Big Data Architecture Lifecycle

It’s a very exciting time to be in the data world, with new and groundbreaking technologies released seemingly every day. There is every temptation to pick up today’s new shiny, find an excuse to throw it into production, and call it an architecture. Of course, a more deliberate approach is required for long-term success – but that doesn’t mean that there isn’t a time and place to incorporate the newest technologies!

In this post, we take a look at the different phases of data architecture development: Plan, PoC, Prototype, Pilot, and Production. Formalizing this lifecycle, and the principles behind it, ensure that we deliver low-risk business value… and still get to play with the new shiny.

Phases of data architecture development

Plan

Before a single line of code is written, a single distribution downloaded, or the first line or box drawn on a whiteboard, we need to define and understand a data strategy and use that to derive business objectives. The best way to accomplish this? Start by locking business and technical stakeholders together in a room (it helps to be in the room with them). Success is defined by business value, and we need to combine strategic and tactical business goals with real-world technical and organizational constraints. Considerations such as platform scalability, data governance, and data dynamics are important – but all are in support of the actual business uses for that data.

This is not limited to new “green field” architectures – unless a business is a brand new startup still in the garage, there is data and there is a (perhaps organic, default) data architecture. This architecture can be assessed for points of friction, and then adjusted per business objectives.

PoC

As the business objectives are solidified, the architect will assemble likely combinations of technologies both well-known and, yes, shiny. All such candidate architectures have tradeoffs and unknowns – while the core technologies may be well-understood, it’s a given that the exact application of those technologies to specific, unique business objectives are, well, unique. Don’t believe anybody who says they have a one-size-fits-all solution! While some layers of data architecture are becoming common, if not standard, in 2016 modern data architecture is still very much about gluing together disparate components in specific ways.

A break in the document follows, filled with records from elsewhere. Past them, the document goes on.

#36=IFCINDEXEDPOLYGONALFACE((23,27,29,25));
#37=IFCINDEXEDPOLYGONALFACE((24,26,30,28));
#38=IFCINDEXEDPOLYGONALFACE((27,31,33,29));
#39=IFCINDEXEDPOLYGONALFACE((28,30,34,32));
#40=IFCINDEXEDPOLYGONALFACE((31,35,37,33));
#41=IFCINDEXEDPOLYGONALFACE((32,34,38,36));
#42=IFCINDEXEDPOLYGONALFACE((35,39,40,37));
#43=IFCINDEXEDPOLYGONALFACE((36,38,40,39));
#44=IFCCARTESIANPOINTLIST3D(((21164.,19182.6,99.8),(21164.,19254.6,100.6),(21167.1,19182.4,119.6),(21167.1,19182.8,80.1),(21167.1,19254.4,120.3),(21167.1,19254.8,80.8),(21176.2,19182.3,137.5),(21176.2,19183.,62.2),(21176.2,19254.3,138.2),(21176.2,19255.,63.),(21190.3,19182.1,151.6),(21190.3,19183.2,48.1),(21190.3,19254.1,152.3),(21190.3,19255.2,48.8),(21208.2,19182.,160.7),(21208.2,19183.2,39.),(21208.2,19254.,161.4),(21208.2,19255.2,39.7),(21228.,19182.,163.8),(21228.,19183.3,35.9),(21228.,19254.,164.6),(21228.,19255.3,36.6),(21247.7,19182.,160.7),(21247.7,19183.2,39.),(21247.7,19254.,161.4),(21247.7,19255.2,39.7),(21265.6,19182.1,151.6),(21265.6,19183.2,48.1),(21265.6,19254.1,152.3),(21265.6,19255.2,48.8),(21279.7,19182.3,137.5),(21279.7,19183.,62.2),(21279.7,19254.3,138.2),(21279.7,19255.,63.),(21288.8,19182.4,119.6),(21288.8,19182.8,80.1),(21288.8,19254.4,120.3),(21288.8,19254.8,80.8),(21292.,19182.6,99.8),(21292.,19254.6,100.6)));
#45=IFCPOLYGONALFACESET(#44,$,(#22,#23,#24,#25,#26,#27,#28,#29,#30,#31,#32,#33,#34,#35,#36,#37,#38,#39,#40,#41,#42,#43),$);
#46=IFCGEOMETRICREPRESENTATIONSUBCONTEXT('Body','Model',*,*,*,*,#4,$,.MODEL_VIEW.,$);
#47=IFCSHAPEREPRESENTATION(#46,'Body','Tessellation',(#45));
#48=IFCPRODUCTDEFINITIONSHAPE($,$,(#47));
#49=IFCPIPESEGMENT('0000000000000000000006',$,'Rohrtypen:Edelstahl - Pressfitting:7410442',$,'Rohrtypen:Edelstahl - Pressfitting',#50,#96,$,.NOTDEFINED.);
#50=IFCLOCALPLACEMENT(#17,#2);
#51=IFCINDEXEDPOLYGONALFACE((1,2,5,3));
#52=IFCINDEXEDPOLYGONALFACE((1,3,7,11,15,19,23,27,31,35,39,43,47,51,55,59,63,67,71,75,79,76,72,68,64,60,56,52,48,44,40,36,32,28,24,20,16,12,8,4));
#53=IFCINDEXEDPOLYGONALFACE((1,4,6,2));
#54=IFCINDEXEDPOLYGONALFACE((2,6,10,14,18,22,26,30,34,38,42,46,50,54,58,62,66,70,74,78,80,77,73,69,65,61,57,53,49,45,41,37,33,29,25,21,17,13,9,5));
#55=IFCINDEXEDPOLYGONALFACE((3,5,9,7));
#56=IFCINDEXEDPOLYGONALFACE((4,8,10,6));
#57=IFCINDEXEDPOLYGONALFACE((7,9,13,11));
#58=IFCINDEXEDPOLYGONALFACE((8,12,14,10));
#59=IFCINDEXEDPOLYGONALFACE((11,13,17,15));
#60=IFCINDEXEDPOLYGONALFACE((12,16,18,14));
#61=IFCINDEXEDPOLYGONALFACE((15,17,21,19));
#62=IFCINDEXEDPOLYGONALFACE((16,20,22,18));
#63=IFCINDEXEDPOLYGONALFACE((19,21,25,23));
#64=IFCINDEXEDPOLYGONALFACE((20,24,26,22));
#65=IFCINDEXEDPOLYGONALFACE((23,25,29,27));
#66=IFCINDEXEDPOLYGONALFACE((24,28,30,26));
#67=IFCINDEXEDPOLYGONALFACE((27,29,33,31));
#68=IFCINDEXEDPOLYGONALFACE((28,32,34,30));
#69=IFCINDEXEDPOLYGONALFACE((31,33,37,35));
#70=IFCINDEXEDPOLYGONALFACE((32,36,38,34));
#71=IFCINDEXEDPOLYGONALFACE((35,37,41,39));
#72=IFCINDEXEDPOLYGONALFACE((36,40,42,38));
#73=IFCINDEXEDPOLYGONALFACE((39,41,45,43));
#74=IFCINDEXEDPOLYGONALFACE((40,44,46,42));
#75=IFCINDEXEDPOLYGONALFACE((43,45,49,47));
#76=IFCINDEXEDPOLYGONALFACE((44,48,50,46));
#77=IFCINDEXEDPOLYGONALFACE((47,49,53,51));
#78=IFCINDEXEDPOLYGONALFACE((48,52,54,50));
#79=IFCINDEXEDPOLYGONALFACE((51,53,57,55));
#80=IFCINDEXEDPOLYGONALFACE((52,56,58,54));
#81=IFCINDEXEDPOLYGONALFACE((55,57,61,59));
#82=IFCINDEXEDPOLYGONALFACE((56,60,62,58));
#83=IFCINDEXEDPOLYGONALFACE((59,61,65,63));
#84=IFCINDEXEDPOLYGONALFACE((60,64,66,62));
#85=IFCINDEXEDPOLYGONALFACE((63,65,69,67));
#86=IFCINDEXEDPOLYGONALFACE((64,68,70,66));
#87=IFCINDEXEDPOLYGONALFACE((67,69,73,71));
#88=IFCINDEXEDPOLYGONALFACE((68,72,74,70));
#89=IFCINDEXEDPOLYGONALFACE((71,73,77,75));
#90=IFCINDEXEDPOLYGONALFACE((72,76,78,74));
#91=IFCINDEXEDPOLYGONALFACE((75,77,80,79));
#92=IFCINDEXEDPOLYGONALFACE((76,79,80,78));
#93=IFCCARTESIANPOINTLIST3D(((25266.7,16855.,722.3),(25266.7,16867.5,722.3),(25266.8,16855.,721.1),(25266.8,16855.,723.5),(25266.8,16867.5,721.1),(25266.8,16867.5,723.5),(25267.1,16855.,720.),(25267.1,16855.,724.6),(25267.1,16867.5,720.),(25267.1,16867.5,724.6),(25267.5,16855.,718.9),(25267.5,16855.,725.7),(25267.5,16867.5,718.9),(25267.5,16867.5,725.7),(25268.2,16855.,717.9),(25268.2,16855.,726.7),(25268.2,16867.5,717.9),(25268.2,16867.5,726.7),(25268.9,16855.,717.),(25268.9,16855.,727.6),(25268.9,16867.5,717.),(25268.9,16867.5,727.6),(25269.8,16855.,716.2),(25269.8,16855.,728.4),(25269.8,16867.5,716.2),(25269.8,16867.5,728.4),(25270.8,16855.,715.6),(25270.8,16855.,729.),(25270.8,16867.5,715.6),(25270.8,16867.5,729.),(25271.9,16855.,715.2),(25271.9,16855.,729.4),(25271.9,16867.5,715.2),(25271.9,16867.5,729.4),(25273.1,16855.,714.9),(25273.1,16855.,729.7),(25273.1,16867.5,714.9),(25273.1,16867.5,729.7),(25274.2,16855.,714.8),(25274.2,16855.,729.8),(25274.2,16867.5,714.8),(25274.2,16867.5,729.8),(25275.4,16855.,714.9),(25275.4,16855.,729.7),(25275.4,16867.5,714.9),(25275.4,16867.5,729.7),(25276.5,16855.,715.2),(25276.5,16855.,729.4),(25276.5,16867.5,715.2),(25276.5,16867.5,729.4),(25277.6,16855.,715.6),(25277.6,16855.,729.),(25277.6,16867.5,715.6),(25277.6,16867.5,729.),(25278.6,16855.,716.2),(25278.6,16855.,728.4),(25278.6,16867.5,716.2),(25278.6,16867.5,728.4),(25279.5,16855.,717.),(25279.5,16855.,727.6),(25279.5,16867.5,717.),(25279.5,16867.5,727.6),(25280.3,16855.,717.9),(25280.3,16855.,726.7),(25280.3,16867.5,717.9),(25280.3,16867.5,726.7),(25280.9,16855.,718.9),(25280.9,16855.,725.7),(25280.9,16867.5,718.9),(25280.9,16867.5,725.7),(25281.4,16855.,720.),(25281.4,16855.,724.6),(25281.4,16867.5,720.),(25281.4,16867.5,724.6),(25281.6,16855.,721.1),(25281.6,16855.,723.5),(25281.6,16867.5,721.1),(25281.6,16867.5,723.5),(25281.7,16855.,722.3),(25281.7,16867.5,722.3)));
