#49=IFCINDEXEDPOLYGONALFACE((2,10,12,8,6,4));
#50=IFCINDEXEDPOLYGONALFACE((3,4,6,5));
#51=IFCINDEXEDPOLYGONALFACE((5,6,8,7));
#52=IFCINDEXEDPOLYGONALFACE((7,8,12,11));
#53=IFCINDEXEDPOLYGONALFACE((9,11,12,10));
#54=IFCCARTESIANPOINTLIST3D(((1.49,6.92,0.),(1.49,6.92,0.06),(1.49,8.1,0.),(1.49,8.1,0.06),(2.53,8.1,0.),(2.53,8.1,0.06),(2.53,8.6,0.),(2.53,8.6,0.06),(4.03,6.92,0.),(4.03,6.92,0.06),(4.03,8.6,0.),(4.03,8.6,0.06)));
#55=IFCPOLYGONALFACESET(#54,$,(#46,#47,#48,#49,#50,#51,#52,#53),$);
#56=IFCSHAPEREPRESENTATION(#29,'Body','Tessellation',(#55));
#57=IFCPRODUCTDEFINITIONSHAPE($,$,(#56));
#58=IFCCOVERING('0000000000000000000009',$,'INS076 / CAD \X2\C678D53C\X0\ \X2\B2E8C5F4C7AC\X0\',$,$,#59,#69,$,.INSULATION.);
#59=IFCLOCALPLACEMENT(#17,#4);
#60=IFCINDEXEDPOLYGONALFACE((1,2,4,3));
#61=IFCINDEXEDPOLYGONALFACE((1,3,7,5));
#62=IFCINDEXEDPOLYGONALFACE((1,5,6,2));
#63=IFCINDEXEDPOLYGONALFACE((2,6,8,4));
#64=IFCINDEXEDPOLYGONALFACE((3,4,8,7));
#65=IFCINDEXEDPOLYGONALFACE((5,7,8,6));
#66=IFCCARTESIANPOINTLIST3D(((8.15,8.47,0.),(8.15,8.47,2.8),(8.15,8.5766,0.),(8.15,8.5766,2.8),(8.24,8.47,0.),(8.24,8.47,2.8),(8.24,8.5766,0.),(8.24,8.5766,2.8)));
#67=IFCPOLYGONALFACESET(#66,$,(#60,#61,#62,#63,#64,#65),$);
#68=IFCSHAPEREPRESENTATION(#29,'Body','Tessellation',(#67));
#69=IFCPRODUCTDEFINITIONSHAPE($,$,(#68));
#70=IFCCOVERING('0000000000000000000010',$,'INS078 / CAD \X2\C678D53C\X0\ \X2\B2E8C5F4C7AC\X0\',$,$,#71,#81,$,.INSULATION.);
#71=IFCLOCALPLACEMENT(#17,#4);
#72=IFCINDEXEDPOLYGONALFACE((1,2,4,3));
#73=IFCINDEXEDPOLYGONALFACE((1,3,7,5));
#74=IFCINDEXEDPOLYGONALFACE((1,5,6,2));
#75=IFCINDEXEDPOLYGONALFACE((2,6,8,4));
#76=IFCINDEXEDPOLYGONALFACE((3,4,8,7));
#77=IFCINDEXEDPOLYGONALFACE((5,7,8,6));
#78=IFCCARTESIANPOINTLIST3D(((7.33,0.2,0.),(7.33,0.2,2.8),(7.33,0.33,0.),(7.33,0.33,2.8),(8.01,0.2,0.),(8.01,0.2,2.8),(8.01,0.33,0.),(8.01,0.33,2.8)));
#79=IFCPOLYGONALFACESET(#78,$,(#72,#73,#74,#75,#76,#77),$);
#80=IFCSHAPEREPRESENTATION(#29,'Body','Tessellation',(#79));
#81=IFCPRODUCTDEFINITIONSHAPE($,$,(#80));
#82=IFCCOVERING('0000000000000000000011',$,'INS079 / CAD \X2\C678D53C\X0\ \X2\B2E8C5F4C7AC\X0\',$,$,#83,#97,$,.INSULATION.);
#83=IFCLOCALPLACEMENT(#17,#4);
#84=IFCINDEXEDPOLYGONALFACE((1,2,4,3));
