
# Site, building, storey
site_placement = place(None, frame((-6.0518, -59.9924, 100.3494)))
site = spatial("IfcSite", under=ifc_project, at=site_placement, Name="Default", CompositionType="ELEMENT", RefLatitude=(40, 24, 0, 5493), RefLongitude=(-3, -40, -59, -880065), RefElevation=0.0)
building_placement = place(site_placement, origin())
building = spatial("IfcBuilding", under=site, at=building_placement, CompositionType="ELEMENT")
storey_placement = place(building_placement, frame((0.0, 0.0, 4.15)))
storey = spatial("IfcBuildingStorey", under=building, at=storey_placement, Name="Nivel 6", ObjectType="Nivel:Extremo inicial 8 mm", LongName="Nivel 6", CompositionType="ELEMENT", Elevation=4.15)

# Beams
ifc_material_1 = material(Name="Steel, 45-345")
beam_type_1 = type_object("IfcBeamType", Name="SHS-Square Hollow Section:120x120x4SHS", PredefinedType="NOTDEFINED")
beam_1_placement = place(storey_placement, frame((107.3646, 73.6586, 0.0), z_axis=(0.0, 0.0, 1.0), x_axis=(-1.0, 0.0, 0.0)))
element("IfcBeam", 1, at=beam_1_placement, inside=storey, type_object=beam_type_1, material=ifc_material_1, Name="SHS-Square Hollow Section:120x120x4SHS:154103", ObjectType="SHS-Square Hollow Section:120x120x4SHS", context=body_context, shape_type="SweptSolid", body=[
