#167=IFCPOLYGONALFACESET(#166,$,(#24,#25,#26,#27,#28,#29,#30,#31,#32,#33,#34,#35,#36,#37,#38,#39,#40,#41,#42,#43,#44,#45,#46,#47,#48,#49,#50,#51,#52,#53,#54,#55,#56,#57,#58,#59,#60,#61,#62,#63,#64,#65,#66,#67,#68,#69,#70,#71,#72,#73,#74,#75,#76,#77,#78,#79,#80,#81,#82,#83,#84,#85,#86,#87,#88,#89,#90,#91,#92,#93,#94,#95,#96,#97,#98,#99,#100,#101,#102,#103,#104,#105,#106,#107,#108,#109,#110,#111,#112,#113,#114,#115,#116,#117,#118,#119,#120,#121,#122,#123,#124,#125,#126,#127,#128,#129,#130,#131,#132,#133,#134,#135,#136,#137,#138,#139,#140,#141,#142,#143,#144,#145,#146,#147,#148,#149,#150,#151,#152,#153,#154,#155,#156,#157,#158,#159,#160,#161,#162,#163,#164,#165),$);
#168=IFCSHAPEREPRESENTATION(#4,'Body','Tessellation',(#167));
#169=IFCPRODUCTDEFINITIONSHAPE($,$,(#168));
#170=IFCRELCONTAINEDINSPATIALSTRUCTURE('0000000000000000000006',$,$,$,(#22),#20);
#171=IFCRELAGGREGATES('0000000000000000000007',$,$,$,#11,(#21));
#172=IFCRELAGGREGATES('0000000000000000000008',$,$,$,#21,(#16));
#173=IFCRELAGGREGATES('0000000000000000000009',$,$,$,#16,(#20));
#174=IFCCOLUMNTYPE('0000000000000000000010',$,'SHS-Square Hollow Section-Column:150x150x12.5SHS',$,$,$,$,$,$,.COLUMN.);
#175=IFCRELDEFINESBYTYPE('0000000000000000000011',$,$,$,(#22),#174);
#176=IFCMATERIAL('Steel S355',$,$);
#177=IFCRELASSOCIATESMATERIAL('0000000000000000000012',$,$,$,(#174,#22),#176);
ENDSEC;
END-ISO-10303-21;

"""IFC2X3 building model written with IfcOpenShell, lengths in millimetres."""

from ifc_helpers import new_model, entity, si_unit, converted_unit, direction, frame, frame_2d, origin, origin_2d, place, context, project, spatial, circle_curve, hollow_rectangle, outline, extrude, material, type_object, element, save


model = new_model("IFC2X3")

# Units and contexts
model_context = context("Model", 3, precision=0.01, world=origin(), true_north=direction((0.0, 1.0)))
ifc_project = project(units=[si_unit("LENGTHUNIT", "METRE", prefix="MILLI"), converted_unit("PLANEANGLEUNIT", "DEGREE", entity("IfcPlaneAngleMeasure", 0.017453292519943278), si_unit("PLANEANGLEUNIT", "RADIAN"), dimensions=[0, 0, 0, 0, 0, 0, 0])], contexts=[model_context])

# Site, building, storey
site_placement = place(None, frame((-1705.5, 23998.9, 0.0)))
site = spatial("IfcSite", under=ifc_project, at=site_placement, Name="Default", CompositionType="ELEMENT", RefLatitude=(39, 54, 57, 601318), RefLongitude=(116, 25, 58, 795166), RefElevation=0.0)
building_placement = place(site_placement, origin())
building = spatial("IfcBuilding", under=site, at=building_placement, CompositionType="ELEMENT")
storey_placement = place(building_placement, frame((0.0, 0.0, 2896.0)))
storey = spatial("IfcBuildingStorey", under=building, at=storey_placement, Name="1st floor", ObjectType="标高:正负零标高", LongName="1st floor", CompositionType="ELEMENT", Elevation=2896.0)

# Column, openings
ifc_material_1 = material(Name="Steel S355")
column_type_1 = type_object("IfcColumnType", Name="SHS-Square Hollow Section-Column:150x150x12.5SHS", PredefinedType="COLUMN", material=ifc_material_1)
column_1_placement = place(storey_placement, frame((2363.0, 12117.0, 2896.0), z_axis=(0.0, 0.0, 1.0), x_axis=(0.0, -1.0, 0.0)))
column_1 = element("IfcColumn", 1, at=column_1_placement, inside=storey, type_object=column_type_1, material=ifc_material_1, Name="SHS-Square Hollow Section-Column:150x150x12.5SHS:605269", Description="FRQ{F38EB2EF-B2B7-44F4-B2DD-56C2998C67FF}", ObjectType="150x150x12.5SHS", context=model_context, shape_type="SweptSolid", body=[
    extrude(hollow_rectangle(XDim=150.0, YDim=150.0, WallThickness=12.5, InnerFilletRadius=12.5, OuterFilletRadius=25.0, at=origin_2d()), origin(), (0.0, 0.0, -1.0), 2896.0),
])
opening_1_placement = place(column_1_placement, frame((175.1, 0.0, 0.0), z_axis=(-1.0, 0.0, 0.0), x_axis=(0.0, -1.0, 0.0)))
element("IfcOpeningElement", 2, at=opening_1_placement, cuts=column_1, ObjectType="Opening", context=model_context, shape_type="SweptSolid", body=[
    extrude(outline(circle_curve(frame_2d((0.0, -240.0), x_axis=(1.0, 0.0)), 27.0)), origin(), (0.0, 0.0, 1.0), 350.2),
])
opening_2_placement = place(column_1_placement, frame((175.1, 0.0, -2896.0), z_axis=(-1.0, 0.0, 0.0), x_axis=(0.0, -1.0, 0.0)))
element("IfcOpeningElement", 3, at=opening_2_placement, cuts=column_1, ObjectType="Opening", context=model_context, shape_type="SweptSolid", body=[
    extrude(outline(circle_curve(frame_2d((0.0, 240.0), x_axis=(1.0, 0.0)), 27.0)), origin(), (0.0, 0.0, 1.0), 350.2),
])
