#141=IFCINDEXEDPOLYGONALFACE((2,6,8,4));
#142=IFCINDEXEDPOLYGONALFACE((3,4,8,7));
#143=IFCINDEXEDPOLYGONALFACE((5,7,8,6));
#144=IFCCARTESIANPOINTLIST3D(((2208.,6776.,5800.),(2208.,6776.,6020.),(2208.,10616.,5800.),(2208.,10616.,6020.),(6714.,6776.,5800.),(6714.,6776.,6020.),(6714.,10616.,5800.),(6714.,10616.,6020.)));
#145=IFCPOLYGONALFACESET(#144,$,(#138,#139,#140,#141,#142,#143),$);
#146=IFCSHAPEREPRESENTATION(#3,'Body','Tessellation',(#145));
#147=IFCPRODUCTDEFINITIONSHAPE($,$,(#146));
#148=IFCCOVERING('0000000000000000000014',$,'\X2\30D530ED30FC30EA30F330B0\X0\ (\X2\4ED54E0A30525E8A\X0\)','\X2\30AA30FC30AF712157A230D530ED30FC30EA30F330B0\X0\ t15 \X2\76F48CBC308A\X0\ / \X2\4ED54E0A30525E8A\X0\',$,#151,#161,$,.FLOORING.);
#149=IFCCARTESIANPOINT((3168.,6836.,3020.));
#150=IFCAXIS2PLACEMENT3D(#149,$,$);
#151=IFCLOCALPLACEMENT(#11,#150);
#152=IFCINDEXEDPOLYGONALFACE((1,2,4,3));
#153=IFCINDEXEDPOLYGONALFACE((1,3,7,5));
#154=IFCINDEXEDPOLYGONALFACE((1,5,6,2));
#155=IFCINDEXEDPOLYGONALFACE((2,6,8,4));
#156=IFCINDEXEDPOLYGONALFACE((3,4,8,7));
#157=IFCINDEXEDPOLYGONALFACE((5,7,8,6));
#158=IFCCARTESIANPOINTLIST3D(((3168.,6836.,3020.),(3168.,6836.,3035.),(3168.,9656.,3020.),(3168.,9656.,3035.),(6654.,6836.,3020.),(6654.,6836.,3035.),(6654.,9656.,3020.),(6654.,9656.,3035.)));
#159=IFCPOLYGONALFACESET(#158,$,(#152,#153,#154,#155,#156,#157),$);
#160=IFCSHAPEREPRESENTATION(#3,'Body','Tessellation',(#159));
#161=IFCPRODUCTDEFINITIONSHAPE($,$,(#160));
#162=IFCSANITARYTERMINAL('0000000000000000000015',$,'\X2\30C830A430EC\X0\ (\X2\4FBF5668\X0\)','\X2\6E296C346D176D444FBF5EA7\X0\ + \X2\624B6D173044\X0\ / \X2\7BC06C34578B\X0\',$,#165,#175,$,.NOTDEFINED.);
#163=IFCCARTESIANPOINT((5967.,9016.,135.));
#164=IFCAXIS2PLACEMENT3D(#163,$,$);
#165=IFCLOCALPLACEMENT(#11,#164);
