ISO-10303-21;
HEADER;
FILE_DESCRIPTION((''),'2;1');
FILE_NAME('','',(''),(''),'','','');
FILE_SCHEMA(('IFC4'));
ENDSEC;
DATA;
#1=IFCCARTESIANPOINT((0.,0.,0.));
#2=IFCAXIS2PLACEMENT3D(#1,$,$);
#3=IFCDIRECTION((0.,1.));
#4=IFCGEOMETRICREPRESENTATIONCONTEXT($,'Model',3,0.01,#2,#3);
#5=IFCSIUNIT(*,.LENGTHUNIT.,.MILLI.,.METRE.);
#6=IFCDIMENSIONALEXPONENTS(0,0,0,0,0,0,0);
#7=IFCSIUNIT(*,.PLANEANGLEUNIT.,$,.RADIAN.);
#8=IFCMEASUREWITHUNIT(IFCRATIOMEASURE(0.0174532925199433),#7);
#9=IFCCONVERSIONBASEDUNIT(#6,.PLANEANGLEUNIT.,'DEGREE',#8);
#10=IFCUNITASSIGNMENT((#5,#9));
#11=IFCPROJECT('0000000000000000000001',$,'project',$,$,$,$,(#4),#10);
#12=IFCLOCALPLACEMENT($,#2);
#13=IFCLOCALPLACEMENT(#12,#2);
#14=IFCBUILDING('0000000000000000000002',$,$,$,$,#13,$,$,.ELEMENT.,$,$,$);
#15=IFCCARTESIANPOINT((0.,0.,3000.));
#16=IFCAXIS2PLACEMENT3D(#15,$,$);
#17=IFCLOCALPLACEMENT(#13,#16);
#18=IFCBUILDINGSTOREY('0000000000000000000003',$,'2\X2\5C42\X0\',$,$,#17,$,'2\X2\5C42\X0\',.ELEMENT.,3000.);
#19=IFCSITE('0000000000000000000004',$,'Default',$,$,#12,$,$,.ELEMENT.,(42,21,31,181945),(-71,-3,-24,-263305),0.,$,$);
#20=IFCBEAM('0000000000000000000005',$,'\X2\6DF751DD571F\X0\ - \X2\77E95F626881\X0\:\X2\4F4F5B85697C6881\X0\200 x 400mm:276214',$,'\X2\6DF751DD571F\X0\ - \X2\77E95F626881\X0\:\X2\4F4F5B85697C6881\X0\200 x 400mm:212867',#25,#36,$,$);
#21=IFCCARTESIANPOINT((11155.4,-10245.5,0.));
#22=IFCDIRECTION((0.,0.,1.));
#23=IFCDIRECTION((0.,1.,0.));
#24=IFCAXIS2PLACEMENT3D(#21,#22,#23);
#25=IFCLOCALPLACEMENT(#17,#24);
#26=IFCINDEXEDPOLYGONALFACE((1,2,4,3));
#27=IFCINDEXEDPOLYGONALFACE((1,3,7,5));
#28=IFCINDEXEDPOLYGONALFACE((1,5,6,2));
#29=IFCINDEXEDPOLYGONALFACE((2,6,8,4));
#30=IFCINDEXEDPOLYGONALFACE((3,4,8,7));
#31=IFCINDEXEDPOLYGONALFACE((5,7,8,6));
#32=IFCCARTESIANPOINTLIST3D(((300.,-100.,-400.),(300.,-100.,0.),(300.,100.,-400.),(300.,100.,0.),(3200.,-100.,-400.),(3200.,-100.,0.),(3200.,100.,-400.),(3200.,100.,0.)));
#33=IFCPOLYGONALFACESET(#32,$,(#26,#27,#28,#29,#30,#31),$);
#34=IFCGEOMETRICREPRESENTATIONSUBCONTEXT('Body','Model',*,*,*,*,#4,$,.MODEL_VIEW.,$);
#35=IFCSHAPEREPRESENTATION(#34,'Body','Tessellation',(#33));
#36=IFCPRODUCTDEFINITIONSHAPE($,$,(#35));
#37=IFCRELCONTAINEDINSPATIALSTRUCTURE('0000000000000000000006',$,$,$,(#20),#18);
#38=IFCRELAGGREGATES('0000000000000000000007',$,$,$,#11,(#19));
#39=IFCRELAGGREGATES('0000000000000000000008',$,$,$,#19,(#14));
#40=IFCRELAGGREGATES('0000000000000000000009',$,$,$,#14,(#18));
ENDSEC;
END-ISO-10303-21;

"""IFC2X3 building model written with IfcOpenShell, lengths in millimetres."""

from ifc_helpers import new_model, entity, si_unit, converted_unit, direction, frame, frame_2d, origin, place, context, subcontext, project, spatial, rectangle, extrude, element, save


model = new_model("IFC2X3")

# Units and contexts
model_context = context("Model", 3, precision=0.01, world=origin(), true_north=direction((0.0, 1.0)))
body_context = subcontext(model_context, "Body", "Model", "MODEL_VIEW")
ifc_project = project(units=[si_unit("LENGTHUNIT", "METRE", prefix="MILLI"), converted_unit("PLANEANGLEUNIT", "DEGREE", entity("IfcRatioMeasure", 0.0174532925199433), si_unit("PLANEANGLEUNIT", "RADIAN"), dimensions=[0, 0, 0, 0, 0, 0, 0])], contexts=[model_context])

# Site, building, storey
site_placement = place(None, origin())
site = spatial("IfcSite", under=ifc_project, at=site_placement, Name="Default", CompositionType="ELEMENT", RefLatitude=(42, 21, 31, 181945), RefLongitude=(-71, -3, -24, -263305), RefElevation=0.0)
building_placement = place(site_placement, origin())
building = spatial("IfcBuilding", under=site, at=building_placement, CompositionType="ELEMENT")
storey_placement = place(building_placement, frame((0.0, 0.0, 3000.0)))
storey = spatial("IfcBuildingStorey", under=building, at=storey_placement, Name="2层", LongName="2层", CompositionType="ELEMENT", Elevation=3000.0)

# Beam
beam_1_placement = place(storey_placement, frame((11155.4, -10245.5, 0.0), z_axis=(0.0, 0.0, 1.0), x_axis=(0.0, 1.0, 0.0)))
element("IfcBeam", 1, at=beam_1_placement, inside=storey, Name="混凝土 - 矩形梁:住宅楼梁200 x 400mm:276214", ObjectType="混凝土 - 矩形梁:住宅楼梁200 x 400mm:212867", context=body_context, shape_type="SweptSolid", body=[
    extrude(rectangle(XDim=400.0, YDim=200.0, at=frame_2d((0.0, 0.0), x_axis=(1.0, 0.0))), frame((300.0, 0.0, -200.0), z_axis=(1.0, 0.0, 0.0), x_axis=(0.0, 0.0, -1.0)), (0.0, 0.0, 1.0), 2900.0),
])

save(model, "model.ifc")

To this end, certain riskier possibilities will be identified to apply approaches and technologies to a given business objective. Often a proof of concept (PoC) will be developed to validate the feasibility of these possibilities. This phase should be considered experimental, will often utilize representative “toy” problems, and failure is considered a useful (and not uncommon) outcome. It goes without saying that a PoC is not intended to be a production-quality system.

Prototype

Once areas of technical risk have been addressed with appropriate PoCs and an overall candidate architecture selected, the overall architecture should be tested against more representative use cases. Given the “glue” nature of data architectures, there is plenty of room for the unknown in the overall system even when the individual components are well-understood. A prototype may use manufactured, manageable data sets, but the data and the system should reflect realistic end-to-end business objectives. The prototype is also not intended to be production quality.

Pilot

When a prototype has demonstrated systemic feasibility, it is time to implement a pilot. A pilot is a full-quality production implementation of the architecture, limited in scope to a narrow (but complete) business objective. The Pilot should strategically be a high-win project, that is capable of providing real and visible value, even as a standalone system. Most organizations will use the pilot as means to earn buy-in from all stakeholders to move into full production, which typically impacts the entire organization.

Production

After an architecture has gone into full production, it should continue to be monitored and re-evaluated in an iterative process. Where is the architecture really performing well, and where are the weaker points? What new business objectives arise, and is any new functionality required to support them? Have any new technologies been released that may have impact on “weaker” points of the architecture? What’s different about the business today than when the architecture was originally planned?